MAKASSAR - Pasangan calon wali kota-wakil wali kota Makassar nomor urut 2 Munafri Arifuddin-Abdul Rahman Bando (Appi-Rahman) kini bertanya soal indeks persepsi korupsi di Makassar. Rahman Bando mempertanyakan cara paslon M Ramdhan Pomanto atau Danny Pomanto-Fatmawati Rusdi soal tata kelola pemerintah agar Makassar tak dilabeli dengan persepsi korupsi.

“Saya akan beri pertanyaan ke Ibu Fatma (Fatmawati Rusdi), ketika Ibu nanti terpilih wakil wali kota bagaimana ibu bisa menghindari agar Makassar tidak terlabel kota terkorup. Sebagaimana diangkat pemberitaan, berbanding terbalik dengan apa yang disampaikan Pak Danny,” kata Rahman Bando dalam debat Pilkada Makassar yang disiarkan YouTube KPU Makassar, Selasa, 24 November.

Calon wakil walkot Makassar Fatmawati berbicara soal implementasi reformasi birokrasi saat Danny Pomanto menjadi wali kota Makassar. 

“Buktinya 4 kali WTP, ini adalah penghargaan, begitu juga dengan predikat kota berkinerja terbaik nomor 1 di Indonesia. 2019 Pak Danny membawa Makassar mendapat penghargaan tertinggi, sehingga apa yang disampaikan paslon 2 tentang ada korupsi saya rasa ini jawabannya kita, mendapat penghargaan bukti nyata,” ujar Fatmawati. 

Sementara Danny Pomanto menjelaskan indeks persepsi korupsi dari Transparency International Indonesia (TII). Saat itu, survei IPK dilakukan dengan sampel 11 kota. 

“Pak Rahman, dulu awal saya menjabat persepsi kita 36 angka yang mengerikan. Terakhir 53 dan 53 itu angka memenuhi syarat bagaimana kita bangkit persepsi korupsi, itu luar biasa,” tegas Danny Pomanto.

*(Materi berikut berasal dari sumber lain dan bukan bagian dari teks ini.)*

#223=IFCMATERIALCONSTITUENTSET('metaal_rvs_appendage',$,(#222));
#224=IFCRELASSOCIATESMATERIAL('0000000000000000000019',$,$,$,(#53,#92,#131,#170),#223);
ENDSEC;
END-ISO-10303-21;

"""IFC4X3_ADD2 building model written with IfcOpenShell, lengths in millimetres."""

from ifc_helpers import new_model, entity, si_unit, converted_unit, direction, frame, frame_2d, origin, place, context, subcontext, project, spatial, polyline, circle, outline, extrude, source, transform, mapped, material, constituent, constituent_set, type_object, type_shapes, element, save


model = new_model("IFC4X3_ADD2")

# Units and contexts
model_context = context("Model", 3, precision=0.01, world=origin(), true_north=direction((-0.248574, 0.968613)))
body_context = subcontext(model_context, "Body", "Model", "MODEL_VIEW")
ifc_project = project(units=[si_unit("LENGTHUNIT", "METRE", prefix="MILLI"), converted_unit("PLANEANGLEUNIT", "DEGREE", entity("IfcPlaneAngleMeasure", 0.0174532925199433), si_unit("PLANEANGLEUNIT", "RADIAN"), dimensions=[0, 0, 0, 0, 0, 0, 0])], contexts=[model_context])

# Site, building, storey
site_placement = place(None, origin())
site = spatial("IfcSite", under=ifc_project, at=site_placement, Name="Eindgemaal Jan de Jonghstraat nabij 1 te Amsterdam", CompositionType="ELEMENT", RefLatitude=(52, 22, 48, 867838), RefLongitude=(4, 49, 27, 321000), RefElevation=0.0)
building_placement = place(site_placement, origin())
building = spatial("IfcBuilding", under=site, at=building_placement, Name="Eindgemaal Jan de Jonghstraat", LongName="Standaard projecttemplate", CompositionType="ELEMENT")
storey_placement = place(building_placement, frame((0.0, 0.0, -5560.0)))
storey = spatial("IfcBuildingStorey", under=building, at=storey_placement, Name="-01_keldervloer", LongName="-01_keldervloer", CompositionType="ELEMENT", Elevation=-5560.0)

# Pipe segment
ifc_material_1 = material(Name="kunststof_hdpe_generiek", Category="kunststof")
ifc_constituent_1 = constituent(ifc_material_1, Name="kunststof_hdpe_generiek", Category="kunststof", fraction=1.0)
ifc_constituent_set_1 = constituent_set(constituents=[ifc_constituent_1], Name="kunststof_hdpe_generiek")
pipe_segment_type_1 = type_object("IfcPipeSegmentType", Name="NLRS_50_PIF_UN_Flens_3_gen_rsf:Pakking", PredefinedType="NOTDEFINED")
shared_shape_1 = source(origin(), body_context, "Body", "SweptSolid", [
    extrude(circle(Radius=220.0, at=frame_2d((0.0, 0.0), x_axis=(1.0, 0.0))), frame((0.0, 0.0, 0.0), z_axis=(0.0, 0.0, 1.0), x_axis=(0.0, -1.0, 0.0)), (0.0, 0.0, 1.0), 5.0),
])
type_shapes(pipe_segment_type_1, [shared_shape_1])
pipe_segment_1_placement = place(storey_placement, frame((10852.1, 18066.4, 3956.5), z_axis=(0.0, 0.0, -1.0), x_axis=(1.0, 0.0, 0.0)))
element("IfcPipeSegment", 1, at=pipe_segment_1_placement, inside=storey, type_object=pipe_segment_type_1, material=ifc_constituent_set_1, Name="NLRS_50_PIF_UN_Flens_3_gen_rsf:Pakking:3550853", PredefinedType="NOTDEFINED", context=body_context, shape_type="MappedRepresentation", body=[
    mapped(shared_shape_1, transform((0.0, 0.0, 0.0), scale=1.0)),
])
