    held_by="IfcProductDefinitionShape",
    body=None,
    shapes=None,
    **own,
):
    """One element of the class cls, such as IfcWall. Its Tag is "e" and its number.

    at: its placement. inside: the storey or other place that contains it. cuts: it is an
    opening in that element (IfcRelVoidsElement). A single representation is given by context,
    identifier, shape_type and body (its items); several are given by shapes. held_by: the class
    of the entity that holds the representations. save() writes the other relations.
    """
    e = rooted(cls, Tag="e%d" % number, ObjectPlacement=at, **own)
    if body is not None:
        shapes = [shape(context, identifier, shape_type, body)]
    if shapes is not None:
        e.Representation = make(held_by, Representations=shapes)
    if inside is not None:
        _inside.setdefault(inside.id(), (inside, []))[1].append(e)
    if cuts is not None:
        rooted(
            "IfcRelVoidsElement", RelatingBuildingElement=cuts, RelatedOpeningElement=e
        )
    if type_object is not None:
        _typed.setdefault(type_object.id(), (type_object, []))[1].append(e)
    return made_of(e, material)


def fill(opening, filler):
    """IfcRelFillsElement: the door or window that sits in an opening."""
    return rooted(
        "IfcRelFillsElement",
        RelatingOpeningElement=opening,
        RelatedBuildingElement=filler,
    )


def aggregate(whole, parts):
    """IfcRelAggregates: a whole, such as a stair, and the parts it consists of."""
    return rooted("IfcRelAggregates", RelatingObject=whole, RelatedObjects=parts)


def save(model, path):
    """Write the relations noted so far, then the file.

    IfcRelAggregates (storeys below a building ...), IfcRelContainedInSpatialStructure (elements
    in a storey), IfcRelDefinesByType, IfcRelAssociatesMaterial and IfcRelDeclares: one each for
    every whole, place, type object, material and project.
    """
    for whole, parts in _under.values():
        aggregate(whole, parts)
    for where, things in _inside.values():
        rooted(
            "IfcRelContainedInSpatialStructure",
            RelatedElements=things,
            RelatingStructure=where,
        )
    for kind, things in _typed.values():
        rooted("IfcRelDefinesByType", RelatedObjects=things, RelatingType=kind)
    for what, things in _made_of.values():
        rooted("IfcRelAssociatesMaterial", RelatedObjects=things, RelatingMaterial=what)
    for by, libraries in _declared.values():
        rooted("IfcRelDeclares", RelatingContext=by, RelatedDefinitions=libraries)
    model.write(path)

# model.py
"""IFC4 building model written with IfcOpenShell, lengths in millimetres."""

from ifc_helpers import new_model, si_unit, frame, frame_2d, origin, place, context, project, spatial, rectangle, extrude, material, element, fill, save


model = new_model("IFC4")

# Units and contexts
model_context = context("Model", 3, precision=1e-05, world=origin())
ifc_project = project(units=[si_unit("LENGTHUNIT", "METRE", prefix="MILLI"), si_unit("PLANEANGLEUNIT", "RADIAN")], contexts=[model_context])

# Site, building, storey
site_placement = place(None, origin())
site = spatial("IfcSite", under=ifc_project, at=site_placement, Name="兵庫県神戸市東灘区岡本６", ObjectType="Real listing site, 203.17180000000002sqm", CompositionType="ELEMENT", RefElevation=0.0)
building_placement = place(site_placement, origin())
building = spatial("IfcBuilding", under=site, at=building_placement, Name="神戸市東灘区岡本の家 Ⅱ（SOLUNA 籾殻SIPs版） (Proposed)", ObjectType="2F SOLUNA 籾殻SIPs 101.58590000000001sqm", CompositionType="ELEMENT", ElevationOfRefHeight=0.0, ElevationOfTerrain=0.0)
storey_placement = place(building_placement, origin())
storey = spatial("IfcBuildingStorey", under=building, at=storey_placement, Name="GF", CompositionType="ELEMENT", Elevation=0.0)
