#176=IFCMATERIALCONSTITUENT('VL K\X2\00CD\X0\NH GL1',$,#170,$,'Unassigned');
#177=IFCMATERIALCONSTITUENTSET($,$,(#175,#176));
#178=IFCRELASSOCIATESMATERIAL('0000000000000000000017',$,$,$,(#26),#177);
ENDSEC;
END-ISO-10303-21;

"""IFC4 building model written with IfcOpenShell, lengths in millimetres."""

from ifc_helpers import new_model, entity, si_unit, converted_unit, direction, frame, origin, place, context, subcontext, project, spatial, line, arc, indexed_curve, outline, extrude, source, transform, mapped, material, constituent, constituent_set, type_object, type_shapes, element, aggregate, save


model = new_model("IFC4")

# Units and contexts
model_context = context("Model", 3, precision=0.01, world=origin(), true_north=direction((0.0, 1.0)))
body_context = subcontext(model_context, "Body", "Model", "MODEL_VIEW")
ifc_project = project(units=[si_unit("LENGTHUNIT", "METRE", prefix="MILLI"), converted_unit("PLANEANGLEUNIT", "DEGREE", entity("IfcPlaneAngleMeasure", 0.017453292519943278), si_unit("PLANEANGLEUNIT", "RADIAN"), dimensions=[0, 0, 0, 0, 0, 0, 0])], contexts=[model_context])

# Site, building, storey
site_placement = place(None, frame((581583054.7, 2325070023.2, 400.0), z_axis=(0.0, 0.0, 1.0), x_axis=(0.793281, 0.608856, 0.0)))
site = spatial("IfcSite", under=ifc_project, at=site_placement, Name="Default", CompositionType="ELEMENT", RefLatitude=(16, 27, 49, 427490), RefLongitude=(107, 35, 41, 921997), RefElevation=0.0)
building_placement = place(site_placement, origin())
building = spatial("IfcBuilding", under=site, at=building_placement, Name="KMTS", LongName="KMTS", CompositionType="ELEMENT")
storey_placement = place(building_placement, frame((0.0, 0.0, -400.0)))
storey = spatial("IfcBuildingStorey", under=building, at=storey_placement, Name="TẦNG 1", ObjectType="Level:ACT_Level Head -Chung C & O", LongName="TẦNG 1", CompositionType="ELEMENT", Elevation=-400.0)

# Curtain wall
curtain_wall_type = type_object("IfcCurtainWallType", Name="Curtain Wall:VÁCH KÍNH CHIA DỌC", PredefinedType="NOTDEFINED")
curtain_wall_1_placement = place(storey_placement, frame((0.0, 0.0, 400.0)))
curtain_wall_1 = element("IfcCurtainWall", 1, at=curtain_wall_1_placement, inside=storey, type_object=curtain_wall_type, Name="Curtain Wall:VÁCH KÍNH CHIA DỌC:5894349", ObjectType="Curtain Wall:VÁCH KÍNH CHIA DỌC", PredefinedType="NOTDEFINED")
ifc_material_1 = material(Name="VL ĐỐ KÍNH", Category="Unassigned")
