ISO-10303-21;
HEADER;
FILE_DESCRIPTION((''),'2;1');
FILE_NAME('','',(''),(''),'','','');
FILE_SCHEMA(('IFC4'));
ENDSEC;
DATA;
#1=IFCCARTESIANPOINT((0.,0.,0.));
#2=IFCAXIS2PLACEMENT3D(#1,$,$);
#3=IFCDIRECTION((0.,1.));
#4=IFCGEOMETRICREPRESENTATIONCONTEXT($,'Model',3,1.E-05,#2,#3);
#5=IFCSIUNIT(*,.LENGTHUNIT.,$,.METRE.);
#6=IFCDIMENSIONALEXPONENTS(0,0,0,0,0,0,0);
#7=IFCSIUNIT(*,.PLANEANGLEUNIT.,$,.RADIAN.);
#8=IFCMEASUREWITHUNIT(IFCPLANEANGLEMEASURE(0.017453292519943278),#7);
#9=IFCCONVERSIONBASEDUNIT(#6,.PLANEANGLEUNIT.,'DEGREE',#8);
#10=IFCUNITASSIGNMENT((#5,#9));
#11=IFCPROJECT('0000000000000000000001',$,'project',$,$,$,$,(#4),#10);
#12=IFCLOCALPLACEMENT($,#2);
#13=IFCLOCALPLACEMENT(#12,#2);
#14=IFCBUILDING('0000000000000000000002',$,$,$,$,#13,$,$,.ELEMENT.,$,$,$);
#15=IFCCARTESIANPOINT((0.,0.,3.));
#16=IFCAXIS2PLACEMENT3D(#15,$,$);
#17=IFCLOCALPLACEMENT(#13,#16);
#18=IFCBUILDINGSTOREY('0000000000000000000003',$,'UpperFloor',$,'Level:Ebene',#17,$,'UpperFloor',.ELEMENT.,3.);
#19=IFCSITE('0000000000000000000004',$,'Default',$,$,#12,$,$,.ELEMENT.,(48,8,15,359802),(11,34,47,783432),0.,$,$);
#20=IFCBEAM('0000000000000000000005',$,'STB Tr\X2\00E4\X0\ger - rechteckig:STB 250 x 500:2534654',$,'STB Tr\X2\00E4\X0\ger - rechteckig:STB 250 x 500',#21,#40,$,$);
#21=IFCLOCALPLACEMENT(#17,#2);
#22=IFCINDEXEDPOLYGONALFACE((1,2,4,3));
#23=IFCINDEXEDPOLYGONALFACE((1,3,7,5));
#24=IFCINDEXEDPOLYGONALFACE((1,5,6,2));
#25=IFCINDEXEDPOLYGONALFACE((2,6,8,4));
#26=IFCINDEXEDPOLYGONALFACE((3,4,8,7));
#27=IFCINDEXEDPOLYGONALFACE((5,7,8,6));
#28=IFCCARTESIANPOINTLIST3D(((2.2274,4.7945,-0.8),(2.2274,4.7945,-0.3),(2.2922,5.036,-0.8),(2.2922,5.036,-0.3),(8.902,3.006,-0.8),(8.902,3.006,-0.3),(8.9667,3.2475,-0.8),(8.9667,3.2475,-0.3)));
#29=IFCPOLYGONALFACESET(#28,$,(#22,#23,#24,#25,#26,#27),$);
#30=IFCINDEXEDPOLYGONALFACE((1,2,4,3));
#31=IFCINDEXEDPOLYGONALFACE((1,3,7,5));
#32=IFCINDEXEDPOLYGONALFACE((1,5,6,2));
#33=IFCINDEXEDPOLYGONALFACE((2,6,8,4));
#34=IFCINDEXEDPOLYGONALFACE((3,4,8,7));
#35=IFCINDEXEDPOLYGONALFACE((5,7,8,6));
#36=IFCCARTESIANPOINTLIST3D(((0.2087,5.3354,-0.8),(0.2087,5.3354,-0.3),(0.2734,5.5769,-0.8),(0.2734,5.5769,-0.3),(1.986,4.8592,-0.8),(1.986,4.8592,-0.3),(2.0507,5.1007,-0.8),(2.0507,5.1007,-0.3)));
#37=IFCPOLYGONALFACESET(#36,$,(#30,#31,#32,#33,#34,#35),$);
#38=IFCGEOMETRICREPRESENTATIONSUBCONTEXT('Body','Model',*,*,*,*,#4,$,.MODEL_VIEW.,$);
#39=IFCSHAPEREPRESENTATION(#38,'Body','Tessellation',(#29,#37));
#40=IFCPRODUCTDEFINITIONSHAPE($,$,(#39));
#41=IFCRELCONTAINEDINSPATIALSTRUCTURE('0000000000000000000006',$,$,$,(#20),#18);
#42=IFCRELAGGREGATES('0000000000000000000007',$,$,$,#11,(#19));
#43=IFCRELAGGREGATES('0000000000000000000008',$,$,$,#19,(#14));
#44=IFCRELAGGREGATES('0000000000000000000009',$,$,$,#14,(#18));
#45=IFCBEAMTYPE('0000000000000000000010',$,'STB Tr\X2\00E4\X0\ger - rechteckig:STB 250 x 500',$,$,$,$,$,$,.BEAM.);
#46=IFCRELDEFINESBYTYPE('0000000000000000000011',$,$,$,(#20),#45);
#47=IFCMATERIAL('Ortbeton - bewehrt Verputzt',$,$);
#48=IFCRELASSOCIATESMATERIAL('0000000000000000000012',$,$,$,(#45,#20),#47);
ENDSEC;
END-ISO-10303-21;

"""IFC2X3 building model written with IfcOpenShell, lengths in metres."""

from ifc_helpers import new_model, entity, si_unit, converted_unit, direction, frame, frame_2d, origin, origin_2d_with_axis, place, context, subcontext, project, spatial, rectangle, extrude, source, transform, mapped, material, type_object, type_shapes, element, save


model = new_model("IFC2X3")

# Units and contexts
model_context = context("Model", 3, precision=1e-05, world=origin(), true_north=direction((0.0, 1.0)))
body_context = subcontext(model_context, "Body", "Model", "MODEL_VIEW")
ifc_project = project(units=[si_unit("LENGTHUNIT", "METRE"), converted_unit("PLANEANGLEUNIT", "DEGREE", entity("IfcPlaneAngleMeasure", 0.017453292519943278), si_unit("PLANEANGLEUNIT", "RADIAN"), dimensions=[0, 0, 0, 0, 0, 0, 0])], contexts=[model_context])

# Site, building, storey
site_placement = place(None, origin())
site = spatial("IfcSite", under=ifc_project, at=site_placement, Name="Default", CompositionType="ELEMENT", RefLatitude=(48, 8, 15, 359802), RefLongitude=(11, 34, 47, 783432), RefElevation=0.0)
building_placement = place(site_placement, origin())
building = spatial("IfcBuilding", under=site, at=building_placement, CompositionType="ELEMENT")
storey_placement = place(building_placement, frame((0.0, 0.0, 3.0)))
storey = spatial("IfcBuildingStorey", under=building, at=storey_placement, Name="UpperFloor", ObjectType="Level:Ebene", LongName="UpperFloor", CompositionType="ELEMENT", Elevation=3.0)

# Beam
ifc_material = material(Name="Ortbeton - bewehrt Verputzt")
beam_type = type_object("IfcBeamType", Name="STB Träger - rechteckig:STB 250 x 500", PredefinedType="BEAM", material=ifc_material)
shared_shape = source(origin(), body_context, "Body", "SweptSolid", [
    extrude(rectangle(XDim=0.5, YDim=0.25, at=origin_2d_with_axis()), frame((2.2598, 4.9152, 2.45), z_axis=(0.965926, -0.258819, 0.0), x_axis=(0.0, 0.0, -1.0)), (0.0, 0.0, 1.0), 6.91),
    extrude(rectangle(XDim=0.5, YDim=0.25, at=frame_2d((0.0, 0.0), x_axis=(1.0, 0.0))), frame((0.241, 5.4561, 2.45), z_axis=(0.965926, -0.258819, 0.0), x_axis=(0.0, 0.0, -1.0)), (0.0, 0.0, 1.0), 1.84),
])
type_shapes(beam_type, [shared_shape])
beam_placement = place(storey_placement, frame((0.0, 0.0, -3.0)))
element("IfcBeam", 1, at=beam_placement, inside=storey, type_object=beam_type, material=ifc_material, Name="STB Träger - rechteckig:STB 250 x 500:2534654", ObjectType="STB Träger - rechteckig:STB 250 x 500", context=body_context, shape_type="MappedRepresentation", body=[
    mapped(shared_shape, transform((0.0, 0.0, 0.0), scale=1.0)),
])

save(model, "model.ifc")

Pada segmen ini, Danny Pomanto mendapat pertanyaan dari panelis soal konsep agar terhindar dari nepotisme terkait permintaan jatah proyek atau jabatan dari para pendukung bila paslon memenangkan Pilkada Makassar.  Danny Pomanto menyebut pemimpin daerah harus menghindari konflik kepentingan.

"Conflict of interest dimulai dari pemimpinnya. Pemimpin dijauhkan dari conflict of interest dari keluarga, teman. Buat sistem transparan. Saya sebelumnya konsultan kota Makassar saya meng-hold bisnis saya di Makassar, melarang mereka masuk Makassar karena saya tidak mau conflict of interest. Beri contoh, lima tahun menjadi bagian contoh baik, open dan transparansi government, kami mendapatkan penghargaan tertinggi dari Singapura,” beber Danny Pomanto dalam debat Pilkada Makassar.